I just wanted to wish everyone the best of luck on your journeys  I will have a look on here from time to time to see how you are doing <3

Sorry for no personal's  xxx

Lots of love and hugs 
Kez xxx


----------



## pollita

Kez, I'm so sorry lovely   I hope that you're able to self-fund, I know it's so bloody expensive. Wishing you all the best xxx


----------



## MadameG

Hi all,

Kez I'm so sorry hunny, that really does suck. I hope you can find a way to continue forwards - perhaps look at treatment abroad as it can be cheaper? Wishing you plenty of luck, you'll get there some how  xxxxxx

Flutter lovely to have you back  hope you can get back on the horse ASAP, no more hellish times allowed xxxxxx

Leni I hope you get a date ASAP - it's been far too long for you! Fashion sounds like jolly hard work, hope the shows go well for you xxx

Pollita how you feeling, any better? Yes get the clinic on high alert for her arrival  I bet she would be gob smacked at how 'normal' treatment really is and how lovely they all are there xxx

MrsRL enjoy the form filling, the first of many with egg share   xxxx

Afm AF is here and the doughnuts are very flat tonight! However I think I may have been right about the IB...three extremely faint lines on three different brands of tests yesterday, but nothing today. I suppose one of DH's wriggles must have snuck through...don't really know what to make of it, bit of a head spin. If I hadn't tested yesterday I would have been none the wiser, yet they weren't definitive enough to really be 'proof' of anything....I also suspected that 'something' may have been prolonging the doughnuts as they did go down after ovulation and then shot back up. The rollercoaster continues... I have booked my scan in for FET on the 2nd though, so hopefully in 18ish days I will be pupo   xxx


----------



## pollita

Madame, great news on the donuts. What a shocker about the HPTs!! Test again tomorrow just incase! Imagine all this IVF malarkey and then you get a surprise natural BFP  Glad that FET is so soon, you'll be pupo soon

I had an awful night and morning, very flu like (sick!) and had to get my mum to buy and deliver some bread to me as I couldn't face eating any meat  feeling better this afternoon though and managed to take the dog to the beach for an hour this evening.

I've also taken my first batch of IVF supplements tonight - my oh my do some of them smell!   But if there's a chance that they do the job then I'll put up with them. STILL no sign of AF - if she's not here by tomorrow my whole IVF cycle dates are going to go to pot  Fingers crossed


----------



## MadameG

Pollita plan of action = wear your nicest knickers possible and some white trousers   how rotten that the flu has really got you! I really hope it settles for you soon. So jealous of you being able to walk on the beach though, a house near the sea is definitely on my future wish list! I will triple check tomorrow but they were properly blank today. Weird weird weird. Wasted so much time googling evaporation lines and squinting...Trying to find the right time to get DH next to a pot so I can check under the microscope   (it's official: fertility has turned me insane  ).

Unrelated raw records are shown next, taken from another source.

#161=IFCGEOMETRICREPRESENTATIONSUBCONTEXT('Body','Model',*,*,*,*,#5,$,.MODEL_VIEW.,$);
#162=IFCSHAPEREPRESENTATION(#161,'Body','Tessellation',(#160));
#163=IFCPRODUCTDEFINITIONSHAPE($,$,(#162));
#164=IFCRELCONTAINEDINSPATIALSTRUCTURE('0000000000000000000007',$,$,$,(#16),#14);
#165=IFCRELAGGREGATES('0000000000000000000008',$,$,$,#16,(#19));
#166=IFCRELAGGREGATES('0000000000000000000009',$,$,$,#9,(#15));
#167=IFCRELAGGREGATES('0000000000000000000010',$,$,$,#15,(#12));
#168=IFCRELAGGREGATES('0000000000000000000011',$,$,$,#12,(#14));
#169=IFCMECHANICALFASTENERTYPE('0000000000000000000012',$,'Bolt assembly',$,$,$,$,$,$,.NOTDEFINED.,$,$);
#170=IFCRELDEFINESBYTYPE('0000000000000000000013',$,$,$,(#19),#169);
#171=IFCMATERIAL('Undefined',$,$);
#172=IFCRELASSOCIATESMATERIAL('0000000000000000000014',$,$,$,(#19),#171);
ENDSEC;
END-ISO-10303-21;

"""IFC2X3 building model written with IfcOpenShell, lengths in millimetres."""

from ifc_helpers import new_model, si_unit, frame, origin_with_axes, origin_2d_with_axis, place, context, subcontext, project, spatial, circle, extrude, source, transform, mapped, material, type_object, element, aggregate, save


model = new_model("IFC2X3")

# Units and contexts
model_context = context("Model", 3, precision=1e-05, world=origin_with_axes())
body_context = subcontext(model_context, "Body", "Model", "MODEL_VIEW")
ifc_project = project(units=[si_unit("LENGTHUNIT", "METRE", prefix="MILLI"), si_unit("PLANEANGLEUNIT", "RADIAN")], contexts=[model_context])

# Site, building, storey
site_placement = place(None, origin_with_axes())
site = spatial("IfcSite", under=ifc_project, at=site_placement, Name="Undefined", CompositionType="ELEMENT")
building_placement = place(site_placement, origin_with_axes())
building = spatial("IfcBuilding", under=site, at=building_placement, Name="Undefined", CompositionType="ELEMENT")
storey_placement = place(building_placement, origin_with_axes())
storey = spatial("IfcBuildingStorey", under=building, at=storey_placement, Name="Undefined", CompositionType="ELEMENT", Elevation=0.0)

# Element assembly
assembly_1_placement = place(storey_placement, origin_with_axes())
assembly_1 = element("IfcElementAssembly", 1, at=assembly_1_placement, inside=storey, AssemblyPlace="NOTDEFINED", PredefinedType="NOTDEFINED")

Oh I got some selenium tablets by the way as I couldn't remember why I didn't buy them, do we take them every day?? XXXX


----------



## Nicquie😜

Hello 

I am new to this whole forum/IVF/egg sharing

I am currently waiting to for my first consultation for egg sharing at the Lister and I am petrified of the whole thing  


We will need donor sperm as we are both girlies 


Will keep u updated 

1st appt is 8th March
2nd 18th March


----------



## KDJay

Welcome Nicquie! 

we are both girls and had treatment at the Lister, any questions you have let me know would be more than welcome to help out  

Good luck x


----------



## Cortneywils

Madameg, sorry to hear hpts went blank Hun! Have you tested again today? IVF def turns us crazy good idea about the microscope lol! I have heard ladies doing this! Yay! To AF though as its the nxt step to being pupo! What are the steps they do for natural FET? Do they scan you until ovulation and if body has
Show you have ovulated with the help of opks they arrange transfer! I'm just wondering how many visits to the clinic is needed as I live so far away! How the doughnuts are behaving today!! I'm def considering the bank work!

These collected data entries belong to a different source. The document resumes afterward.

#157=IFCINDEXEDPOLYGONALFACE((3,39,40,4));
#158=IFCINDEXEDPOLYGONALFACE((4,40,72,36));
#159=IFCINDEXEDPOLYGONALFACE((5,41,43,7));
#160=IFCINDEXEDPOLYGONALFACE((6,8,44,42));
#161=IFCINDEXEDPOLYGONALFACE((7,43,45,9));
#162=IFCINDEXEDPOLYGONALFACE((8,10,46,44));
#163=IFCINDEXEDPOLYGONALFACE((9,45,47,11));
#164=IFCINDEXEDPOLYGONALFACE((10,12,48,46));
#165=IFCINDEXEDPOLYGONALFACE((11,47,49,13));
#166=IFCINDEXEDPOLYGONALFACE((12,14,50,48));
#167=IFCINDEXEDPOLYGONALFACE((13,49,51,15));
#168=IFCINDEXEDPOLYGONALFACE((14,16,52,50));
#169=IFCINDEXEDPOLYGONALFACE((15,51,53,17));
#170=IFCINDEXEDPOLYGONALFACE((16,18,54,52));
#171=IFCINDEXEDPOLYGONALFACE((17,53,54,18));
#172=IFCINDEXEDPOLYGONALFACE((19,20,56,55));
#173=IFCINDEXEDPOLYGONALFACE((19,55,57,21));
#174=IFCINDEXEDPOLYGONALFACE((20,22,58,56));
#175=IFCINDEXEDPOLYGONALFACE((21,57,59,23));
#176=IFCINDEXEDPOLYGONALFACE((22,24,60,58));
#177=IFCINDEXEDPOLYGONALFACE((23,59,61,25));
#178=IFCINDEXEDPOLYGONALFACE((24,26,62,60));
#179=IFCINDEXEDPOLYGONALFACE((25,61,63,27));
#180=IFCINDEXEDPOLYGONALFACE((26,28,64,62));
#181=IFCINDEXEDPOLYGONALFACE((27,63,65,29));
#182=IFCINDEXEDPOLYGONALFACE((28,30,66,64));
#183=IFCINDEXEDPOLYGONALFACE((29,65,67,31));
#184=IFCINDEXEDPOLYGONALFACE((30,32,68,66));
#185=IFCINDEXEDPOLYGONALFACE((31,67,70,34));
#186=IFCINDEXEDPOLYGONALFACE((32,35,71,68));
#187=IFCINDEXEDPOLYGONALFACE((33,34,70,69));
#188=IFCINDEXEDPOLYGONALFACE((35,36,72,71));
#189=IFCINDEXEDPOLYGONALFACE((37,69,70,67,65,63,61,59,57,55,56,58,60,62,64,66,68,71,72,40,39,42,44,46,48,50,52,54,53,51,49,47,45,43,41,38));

Pollita, how are you feeling today? Hope you be able to eat better today! I'm too coming down with something woke up yesterday with a sore throat and feel lousy! Glad I took another week off now! Feeling soooo tired! Hope AF turns up today it's horrible when our bodies don't play ball! Come on AF!! Madameg is right wear your best knickers lol! I found the bee propolis stunk lol!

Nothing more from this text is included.